▶ _Problem_
Determine the number of lines in these entries that hold the word "things". Give the number and nothing more.

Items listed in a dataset
—————
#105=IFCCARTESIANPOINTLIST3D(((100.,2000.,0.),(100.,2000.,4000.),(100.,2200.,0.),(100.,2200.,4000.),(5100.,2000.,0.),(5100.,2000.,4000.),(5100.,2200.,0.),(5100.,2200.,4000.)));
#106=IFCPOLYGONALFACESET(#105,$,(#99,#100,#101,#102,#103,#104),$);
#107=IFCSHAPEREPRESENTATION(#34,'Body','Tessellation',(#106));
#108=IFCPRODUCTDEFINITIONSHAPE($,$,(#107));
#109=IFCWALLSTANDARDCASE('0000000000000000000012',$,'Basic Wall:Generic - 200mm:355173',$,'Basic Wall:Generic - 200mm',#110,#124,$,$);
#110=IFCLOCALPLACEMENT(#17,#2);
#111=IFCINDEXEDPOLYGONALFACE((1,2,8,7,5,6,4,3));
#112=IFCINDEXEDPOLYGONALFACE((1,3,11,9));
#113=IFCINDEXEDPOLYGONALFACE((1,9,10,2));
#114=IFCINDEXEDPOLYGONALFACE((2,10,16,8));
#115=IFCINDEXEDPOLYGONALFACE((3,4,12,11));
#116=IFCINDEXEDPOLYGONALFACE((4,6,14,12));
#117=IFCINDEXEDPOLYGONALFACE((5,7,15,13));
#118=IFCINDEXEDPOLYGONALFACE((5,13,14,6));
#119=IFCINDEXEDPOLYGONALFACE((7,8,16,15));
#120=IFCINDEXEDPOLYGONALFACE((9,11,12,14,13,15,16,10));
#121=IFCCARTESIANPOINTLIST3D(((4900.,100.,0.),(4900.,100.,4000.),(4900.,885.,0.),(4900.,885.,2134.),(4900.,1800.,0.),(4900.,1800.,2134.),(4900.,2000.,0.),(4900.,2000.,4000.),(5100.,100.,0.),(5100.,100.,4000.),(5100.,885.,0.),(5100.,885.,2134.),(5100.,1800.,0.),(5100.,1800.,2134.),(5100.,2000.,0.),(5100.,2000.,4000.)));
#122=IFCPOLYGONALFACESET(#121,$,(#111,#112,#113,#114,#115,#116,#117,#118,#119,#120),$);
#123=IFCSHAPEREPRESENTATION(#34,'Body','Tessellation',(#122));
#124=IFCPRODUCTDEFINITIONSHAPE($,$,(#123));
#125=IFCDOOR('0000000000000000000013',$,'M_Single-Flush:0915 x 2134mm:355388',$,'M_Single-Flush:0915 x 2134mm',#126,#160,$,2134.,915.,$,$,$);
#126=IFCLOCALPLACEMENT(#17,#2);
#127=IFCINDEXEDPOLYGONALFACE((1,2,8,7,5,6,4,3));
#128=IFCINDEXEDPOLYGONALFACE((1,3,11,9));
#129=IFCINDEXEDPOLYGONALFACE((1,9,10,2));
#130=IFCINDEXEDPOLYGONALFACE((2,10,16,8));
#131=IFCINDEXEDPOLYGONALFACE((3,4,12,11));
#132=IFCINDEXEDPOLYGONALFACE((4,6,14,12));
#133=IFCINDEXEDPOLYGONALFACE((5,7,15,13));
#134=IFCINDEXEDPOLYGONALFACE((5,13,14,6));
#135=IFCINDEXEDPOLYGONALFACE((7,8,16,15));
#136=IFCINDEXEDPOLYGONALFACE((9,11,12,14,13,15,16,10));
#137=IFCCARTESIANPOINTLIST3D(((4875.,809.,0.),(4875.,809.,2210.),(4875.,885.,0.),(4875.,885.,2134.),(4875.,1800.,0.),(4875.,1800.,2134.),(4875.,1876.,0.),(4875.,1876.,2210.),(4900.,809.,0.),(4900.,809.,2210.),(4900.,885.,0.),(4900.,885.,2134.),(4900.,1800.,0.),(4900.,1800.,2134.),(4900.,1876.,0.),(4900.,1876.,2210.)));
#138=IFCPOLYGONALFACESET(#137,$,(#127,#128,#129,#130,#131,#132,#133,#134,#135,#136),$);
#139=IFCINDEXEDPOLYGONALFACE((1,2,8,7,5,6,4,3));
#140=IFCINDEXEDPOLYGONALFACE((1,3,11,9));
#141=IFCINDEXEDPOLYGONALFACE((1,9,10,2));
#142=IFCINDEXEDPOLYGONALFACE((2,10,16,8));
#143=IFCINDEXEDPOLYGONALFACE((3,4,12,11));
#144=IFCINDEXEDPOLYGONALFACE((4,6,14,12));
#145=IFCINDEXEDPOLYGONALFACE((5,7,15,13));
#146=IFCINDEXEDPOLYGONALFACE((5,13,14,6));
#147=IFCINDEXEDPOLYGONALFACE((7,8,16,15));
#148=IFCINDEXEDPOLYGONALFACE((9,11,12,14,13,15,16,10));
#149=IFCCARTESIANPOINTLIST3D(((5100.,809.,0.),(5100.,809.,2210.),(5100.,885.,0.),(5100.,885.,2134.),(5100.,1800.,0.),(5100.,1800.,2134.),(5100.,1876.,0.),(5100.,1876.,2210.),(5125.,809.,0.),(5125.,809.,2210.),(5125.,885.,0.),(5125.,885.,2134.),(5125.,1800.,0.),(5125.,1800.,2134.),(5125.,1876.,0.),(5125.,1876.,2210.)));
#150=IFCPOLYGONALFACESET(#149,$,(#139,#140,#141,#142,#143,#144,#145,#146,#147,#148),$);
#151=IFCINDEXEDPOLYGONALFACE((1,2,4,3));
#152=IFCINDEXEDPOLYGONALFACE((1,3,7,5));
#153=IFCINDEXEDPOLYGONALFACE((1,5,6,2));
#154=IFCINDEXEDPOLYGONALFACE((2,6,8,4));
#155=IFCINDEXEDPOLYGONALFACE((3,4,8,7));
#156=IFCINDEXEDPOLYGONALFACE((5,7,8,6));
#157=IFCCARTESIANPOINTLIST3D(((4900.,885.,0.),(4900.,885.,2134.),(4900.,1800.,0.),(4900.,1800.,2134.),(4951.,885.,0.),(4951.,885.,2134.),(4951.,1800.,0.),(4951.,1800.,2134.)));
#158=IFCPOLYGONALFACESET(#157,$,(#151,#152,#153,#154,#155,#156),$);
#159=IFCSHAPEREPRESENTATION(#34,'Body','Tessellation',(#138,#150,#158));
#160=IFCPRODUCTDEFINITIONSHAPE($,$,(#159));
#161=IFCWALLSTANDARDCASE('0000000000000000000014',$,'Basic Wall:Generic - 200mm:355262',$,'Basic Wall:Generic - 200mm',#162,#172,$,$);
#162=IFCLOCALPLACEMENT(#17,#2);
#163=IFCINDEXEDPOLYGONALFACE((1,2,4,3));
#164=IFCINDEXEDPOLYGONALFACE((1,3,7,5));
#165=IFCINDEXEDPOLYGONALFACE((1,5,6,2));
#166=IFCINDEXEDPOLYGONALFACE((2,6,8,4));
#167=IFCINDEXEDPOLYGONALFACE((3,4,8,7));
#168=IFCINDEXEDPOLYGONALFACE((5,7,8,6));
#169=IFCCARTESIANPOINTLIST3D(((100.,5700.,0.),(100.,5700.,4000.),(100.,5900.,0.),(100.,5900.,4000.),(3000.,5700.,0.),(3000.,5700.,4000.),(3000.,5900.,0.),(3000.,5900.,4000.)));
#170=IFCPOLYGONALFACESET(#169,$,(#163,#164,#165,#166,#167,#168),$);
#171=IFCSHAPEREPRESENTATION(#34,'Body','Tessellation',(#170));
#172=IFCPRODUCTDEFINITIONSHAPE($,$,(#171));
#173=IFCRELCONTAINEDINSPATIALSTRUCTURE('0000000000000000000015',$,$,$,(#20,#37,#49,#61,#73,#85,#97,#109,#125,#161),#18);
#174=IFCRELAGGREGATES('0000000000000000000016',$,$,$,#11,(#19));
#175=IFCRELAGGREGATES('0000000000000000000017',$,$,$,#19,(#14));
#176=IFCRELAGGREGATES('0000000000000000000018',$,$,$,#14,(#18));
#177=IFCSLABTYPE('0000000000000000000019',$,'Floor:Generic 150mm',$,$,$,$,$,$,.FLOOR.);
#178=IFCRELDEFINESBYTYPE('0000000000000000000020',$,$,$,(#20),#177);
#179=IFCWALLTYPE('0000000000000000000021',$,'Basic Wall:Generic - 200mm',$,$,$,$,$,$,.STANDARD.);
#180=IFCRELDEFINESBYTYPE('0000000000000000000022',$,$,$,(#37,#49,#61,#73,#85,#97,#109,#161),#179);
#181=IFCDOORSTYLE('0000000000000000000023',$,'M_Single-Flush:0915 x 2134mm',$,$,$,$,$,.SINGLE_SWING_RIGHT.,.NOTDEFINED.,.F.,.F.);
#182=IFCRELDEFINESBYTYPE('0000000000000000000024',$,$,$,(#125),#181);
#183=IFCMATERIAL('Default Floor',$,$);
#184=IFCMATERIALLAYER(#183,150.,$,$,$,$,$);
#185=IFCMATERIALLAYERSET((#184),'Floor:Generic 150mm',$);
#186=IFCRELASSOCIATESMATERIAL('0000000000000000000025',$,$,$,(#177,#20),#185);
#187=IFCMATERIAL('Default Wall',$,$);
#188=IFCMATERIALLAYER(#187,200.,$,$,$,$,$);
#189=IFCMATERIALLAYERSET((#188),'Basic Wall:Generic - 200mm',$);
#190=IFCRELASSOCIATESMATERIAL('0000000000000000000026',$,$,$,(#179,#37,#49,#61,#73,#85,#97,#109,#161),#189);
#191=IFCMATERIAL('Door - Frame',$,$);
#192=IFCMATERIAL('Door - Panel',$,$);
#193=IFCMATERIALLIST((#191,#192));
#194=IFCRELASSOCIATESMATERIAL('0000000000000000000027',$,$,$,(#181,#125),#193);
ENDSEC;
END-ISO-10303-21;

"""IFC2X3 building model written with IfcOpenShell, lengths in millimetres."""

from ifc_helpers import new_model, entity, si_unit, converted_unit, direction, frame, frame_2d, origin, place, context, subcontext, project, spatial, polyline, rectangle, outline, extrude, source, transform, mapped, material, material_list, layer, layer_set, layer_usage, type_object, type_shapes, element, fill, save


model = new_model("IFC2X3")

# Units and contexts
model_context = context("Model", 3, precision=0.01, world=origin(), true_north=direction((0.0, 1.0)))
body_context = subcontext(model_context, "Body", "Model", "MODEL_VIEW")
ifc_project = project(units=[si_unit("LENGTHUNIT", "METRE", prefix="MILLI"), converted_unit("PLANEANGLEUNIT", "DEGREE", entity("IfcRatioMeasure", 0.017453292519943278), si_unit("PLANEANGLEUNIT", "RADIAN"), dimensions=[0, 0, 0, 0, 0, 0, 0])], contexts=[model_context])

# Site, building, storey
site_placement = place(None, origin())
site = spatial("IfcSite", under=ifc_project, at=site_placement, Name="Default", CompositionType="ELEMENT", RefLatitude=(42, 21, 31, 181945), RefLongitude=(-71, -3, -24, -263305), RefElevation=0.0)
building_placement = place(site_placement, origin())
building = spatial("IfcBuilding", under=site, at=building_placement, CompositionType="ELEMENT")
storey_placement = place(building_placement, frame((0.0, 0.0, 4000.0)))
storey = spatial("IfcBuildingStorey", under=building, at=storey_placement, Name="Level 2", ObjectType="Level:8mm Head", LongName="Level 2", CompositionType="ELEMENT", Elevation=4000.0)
—————
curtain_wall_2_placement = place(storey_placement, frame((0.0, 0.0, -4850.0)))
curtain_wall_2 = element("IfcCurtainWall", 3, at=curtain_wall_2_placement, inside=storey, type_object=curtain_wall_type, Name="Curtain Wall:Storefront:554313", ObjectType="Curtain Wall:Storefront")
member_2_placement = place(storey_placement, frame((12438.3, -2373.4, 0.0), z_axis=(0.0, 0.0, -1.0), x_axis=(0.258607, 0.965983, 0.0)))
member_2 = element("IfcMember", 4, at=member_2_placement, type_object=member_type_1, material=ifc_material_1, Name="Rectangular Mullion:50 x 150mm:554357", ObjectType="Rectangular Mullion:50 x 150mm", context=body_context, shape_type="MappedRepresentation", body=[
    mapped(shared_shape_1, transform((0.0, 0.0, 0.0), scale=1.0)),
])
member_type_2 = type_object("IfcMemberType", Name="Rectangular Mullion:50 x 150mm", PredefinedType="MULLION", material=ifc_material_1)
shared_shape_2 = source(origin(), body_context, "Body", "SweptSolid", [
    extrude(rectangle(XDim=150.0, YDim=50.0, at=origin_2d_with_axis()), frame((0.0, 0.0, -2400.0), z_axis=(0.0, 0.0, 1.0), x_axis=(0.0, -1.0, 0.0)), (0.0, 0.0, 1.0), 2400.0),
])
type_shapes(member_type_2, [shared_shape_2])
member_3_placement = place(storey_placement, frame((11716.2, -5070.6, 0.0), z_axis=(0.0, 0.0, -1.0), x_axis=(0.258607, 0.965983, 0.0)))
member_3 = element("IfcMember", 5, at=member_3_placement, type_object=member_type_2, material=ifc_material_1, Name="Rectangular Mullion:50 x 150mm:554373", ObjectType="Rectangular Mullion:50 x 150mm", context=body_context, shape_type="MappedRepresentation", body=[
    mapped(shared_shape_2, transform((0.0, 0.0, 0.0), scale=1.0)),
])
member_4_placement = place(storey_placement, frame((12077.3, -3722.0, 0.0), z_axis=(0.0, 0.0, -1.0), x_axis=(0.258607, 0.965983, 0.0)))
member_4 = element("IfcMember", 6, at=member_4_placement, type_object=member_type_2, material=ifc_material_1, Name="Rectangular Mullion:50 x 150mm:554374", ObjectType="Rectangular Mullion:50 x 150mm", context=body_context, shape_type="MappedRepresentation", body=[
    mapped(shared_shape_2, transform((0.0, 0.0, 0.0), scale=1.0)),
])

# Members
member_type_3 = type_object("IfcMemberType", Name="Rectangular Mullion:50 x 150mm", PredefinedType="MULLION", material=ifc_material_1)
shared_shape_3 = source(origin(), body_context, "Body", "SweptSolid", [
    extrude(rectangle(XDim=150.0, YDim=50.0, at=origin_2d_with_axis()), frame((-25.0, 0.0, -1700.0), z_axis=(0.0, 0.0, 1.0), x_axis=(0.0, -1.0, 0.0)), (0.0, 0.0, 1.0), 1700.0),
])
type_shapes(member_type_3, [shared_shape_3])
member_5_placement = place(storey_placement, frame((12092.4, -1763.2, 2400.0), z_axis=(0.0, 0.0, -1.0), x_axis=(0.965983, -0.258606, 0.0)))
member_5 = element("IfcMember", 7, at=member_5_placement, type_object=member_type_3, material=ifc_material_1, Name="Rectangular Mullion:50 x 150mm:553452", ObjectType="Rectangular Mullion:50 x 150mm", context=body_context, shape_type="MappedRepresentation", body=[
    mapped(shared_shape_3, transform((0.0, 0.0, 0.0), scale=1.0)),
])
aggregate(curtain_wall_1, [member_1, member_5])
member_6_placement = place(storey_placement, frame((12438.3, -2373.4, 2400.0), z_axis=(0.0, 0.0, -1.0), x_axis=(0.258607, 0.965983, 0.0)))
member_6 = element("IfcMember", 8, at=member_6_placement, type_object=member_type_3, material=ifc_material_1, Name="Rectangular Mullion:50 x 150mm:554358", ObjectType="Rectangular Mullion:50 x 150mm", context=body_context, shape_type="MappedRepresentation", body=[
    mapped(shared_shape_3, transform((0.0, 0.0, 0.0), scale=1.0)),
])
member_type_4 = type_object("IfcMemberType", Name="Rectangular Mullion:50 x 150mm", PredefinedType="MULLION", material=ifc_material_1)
—————
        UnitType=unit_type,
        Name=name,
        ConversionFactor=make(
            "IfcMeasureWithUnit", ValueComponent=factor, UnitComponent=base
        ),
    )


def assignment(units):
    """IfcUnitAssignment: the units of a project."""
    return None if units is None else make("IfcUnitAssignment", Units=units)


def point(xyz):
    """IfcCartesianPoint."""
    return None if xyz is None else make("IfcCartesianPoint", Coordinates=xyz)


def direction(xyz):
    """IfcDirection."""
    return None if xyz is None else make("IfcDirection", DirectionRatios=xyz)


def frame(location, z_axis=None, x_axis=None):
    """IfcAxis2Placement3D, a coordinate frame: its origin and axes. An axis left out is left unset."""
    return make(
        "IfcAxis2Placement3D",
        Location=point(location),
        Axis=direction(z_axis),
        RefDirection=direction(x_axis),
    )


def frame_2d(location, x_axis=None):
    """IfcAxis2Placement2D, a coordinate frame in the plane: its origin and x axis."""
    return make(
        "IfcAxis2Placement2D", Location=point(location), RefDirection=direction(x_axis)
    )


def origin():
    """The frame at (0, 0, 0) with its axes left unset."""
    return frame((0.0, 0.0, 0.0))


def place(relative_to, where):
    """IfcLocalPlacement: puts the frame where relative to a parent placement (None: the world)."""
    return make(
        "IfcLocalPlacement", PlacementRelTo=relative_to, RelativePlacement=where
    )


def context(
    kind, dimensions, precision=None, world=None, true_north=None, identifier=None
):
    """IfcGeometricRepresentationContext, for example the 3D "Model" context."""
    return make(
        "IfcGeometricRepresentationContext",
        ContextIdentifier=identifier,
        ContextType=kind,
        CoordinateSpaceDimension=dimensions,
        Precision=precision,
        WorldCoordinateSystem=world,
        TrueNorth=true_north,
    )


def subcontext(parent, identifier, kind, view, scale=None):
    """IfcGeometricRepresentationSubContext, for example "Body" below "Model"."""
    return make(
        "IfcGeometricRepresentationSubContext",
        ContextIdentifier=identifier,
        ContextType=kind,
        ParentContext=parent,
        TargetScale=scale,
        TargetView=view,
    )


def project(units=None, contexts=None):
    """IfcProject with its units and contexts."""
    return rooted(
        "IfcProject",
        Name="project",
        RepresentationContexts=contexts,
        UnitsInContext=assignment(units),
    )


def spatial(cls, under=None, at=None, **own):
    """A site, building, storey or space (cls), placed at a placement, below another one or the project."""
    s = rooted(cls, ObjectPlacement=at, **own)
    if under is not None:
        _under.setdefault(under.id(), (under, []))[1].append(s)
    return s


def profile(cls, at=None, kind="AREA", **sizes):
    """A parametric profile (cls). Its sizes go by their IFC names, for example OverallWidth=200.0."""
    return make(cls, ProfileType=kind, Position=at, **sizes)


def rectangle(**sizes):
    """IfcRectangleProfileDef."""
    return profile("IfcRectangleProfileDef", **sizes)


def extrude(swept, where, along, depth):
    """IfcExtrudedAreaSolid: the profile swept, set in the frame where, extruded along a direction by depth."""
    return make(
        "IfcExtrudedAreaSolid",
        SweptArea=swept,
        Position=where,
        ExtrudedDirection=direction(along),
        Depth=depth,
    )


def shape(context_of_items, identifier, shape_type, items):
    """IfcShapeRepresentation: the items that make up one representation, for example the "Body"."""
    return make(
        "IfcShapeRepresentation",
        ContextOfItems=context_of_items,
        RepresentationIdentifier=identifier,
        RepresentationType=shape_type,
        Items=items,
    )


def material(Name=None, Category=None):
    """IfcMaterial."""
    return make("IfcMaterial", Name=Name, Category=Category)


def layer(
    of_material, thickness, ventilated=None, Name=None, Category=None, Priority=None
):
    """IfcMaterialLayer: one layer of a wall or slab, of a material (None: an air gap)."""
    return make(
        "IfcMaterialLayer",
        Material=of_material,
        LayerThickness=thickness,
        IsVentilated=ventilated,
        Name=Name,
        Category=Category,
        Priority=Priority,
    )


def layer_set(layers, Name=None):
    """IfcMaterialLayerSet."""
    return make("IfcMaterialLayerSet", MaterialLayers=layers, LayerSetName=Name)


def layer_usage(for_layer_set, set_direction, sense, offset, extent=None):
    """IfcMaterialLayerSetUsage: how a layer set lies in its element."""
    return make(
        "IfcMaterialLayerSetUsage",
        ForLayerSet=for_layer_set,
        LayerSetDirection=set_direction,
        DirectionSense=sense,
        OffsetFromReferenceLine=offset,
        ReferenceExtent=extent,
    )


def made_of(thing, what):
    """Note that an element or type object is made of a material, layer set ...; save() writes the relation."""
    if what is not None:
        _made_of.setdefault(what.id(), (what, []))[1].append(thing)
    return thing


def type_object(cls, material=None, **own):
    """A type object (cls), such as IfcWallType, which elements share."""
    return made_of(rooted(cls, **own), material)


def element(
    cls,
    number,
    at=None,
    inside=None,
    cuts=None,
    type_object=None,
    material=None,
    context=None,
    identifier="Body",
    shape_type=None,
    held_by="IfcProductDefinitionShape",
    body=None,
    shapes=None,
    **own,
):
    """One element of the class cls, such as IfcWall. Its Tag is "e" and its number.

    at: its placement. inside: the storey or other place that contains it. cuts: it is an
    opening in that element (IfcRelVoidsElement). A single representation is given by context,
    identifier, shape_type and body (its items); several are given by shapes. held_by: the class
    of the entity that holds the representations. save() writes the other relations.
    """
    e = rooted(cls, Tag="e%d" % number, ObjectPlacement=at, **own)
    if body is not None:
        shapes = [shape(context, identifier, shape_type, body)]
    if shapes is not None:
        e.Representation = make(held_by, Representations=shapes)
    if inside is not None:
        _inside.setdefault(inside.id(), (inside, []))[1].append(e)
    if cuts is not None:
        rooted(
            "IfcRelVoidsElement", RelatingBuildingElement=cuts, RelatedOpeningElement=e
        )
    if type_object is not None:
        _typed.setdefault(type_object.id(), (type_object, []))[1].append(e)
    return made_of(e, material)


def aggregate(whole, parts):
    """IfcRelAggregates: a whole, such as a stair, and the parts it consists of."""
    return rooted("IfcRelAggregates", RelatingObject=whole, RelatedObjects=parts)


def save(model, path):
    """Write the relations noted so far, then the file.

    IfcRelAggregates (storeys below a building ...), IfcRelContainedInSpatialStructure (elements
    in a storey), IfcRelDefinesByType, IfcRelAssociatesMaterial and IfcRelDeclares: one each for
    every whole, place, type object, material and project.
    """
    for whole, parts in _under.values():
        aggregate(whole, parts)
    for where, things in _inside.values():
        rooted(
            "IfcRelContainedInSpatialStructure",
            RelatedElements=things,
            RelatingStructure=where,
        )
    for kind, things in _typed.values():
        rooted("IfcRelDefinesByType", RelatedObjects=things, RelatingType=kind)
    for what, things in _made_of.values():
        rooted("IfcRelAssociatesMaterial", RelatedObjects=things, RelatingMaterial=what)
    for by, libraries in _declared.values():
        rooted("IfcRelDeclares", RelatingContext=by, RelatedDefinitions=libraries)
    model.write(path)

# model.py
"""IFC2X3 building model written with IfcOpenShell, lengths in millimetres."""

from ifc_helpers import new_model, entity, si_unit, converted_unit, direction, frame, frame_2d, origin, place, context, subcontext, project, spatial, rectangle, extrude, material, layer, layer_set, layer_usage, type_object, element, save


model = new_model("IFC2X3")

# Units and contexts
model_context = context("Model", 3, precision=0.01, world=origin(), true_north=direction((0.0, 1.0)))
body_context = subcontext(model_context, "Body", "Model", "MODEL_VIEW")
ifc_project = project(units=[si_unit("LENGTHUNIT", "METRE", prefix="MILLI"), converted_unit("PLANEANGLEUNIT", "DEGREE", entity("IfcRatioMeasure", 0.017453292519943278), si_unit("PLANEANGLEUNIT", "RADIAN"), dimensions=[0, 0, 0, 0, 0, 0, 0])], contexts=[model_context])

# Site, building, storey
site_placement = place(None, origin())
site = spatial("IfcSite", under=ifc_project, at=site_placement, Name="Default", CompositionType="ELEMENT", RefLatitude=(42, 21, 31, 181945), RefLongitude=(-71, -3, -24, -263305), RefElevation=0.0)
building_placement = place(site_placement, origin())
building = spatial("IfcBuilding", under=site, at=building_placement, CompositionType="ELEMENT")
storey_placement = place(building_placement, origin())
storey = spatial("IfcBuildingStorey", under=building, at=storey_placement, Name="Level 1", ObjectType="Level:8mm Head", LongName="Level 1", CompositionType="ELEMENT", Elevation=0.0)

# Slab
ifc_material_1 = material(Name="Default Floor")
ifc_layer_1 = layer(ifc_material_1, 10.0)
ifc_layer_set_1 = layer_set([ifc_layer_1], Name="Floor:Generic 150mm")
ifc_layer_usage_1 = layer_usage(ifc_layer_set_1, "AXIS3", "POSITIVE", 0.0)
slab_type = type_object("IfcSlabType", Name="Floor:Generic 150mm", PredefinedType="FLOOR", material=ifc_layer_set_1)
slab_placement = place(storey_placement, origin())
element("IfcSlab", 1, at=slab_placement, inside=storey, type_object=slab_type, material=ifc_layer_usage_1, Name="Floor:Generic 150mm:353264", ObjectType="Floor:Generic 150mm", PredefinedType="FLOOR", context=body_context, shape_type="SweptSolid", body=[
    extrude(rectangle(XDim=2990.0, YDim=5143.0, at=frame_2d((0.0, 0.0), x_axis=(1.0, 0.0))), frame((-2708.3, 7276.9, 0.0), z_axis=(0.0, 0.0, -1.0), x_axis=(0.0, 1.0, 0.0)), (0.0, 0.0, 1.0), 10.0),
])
—————
▶ _The answer_
6